Saved data entries:
--
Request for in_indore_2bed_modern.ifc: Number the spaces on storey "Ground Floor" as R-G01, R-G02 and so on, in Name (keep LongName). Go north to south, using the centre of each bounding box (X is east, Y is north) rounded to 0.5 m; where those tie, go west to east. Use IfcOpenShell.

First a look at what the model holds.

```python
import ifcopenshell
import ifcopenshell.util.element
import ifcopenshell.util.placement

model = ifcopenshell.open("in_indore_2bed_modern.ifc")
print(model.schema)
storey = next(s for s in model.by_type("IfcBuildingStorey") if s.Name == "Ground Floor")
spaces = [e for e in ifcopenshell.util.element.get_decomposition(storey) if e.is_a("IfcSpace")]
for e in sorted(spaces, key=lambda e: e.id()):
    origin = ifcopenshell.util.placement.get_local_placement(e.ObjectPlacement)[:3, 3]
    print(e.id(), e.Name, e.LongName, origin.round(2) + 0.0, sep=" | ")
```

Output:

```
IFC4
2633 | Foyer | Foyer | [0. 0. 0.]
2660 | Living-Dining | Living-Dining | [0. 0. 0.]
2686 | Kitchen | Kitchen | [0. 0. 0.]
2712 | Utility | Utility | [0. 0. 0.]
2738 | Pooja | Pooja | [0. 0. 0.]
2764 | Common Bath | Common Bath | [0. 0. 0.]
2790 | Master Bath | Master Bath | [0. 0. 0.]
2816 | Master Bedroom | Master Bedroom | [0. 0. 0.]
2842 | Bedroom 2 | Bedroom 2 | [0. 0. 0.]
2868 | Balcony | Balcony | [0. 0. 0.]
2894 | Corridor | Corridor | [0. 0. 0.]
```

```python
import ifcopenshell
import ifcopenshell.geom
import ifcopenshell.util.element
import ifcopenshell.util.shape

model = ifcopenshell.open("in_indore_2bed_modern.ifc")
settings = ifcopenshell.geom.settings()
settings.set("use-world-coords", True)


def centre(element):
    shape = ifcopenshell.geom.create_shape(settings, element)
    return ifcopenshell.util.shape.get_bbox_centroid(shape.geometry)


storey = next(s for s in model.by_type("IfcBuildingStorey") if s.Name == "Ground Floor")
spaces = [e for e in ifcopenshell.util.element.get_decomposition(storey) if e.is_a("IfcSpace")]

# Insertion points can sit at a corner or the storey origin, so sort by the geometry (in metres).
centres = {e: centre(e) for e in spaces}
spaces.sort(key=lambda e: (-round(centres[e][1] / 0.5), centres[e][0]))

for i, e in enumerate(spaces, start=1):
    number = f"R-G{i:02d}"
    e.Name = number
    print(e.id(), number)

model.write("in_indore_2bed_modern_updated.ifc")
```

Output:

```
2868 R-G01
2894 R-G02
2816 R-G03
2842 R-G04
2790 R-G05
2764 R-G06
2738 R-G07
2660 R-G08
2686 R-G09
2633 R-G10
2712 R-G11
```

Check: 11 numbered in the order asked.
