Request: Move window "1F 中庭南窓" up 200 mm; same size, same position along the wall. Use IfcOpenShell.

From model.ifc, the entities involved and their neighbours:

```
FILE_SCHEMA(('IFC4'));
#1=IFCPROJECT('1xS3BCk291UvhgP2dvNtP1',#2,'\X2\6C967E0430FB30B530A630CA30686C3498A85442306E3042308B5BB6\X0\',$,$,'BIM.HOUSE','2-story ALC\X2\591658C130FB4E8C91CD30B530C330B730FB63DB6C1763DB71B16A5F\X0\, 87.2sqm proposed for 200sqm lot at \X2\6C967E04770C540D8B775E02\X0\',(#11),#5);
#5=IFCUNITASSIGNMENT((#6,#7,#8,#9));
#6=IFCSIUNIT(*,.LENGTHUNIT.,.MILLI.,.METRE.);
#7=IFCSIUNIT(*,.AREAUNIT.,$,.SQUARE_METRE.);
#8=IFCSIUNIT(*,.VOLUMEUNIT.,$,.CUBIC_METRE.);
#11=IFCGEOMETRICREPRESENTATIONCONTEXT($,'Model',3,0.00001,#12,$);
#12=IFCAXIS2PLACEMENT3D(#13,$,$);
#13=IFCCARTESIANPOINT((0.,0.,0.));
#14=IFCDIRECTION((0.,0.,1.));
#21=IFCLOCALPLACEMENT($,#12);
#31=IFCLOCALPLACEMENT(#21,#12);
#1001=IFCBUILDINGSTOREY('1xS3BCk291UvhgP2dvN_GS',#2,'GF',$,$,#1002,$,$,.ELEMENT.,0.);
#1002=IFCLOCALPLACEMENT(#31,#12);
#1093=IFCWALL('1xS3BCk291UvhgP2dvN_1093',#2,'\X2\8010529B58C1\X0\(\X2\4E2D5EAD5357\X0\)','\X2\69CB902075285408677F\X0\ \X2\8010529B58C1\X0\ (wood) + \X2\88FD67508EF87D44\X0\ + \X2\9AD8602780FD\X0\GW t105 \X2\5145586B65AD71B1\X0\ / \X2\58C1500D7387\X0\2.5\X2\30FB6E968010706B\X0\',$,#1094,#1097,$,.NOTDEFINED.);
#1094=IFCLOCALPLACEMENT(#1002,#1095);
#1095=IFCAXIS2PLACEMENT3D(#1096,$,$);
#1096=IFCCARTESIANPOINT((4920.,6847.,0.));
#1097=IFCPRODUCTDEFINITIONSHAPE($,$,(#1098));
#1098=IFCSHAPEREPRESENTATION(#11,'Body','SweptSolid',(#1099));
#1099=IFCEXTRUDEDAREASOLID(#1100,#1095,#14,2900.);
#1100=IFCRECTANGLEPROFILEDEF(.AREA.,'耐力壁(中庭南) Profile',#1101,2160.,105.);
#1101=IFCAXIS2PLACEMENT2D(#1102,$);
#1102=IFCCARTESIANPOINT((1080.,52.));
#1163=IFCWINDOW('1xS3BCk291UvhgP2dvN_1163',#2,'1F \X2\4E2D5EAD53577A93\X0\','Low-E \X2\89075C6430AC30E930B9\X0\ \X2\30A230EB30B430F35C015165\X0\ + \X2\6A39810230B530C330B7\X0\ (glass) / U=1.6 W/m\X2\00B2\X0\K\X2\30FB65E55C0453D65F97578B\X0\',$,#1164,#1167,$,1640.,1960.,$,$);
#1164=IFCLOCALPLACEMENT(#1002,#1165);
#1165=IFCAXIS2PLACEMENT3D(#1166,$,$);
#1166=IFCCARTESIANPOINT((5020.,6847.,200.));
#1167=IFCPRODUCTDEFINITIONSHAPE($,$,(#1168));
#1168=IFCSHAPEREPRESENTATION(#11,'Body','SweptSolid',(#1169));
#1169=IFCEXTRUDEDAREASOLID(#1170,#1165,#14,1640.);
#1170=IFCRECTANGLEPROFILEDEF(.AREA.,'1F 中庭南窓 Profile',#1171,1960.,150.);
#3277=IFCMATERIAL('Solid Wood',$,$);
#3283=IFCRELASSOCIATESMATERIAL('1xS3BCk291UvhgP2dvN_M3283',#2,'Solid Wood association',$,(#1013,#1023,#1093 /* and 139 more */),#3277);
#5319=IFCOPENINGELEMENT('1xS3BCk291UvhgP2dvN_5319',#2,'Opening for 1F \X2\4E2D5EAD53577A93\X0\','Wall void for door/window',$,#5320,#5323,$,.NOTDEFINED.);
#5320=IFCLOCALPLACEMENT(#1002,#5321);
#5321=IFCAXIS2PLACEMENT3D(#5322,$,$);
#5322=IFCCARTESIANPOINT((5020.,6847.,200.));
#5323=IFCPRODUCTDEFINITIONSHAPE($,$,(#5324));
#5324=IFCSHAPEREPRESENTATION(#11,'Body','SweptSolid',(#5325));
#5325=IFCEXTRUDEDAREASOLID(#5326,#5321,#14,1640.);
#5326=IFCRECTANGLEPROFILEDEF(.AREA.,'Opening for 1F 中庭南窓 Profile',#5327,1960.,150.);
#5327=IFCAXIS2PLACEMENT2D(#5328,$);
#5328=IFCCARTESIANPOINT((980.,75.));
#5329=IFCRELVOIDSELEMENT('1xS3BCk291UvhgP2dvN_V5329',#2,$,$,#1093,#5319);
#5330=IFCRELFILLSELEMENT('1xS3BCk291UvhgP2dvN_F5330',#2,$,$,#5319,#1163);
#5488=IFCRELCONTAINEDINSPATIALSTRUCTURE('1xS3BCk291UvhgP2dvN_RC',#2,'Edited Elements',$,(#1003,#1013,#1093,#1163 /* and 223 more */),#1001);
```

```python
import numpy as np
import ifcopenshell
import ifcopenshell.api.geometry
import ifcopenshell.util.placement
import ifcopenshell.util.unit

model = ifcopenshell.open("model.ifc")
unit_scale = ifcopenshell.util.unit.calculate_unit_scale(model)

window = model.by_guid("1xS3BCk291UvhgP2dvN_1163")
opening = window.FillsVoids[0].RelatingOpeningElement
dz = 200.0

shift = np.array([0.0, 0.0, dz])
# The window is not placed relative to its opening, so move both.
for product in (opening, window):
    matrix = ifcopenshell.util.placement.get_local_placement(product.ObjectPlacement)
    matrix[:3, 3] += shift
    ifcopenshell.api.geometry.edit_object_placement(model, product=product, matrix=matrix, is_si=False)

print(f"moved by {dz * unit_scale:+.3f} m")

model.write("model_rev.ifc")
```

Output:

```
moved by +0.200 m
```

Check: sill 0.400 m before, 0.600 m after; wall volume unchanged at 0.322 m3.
--
-- WORK TO COMPLETE --
Gather all lines of the records that include the word "IFCSIUNIT".

-- PROBLEM SOLUTION --
#6=IFCSIUNIT(*,.LENGTHUNIT.,.MILLI.,.METRE.);
#7=IFCSIUNIT(*,.AREAUNIT.,$,.SQUARE_METRE.);
#8=IFCSIUNIT(*,.VOLUMEUNIT.,$,.CUBIC_METRE.);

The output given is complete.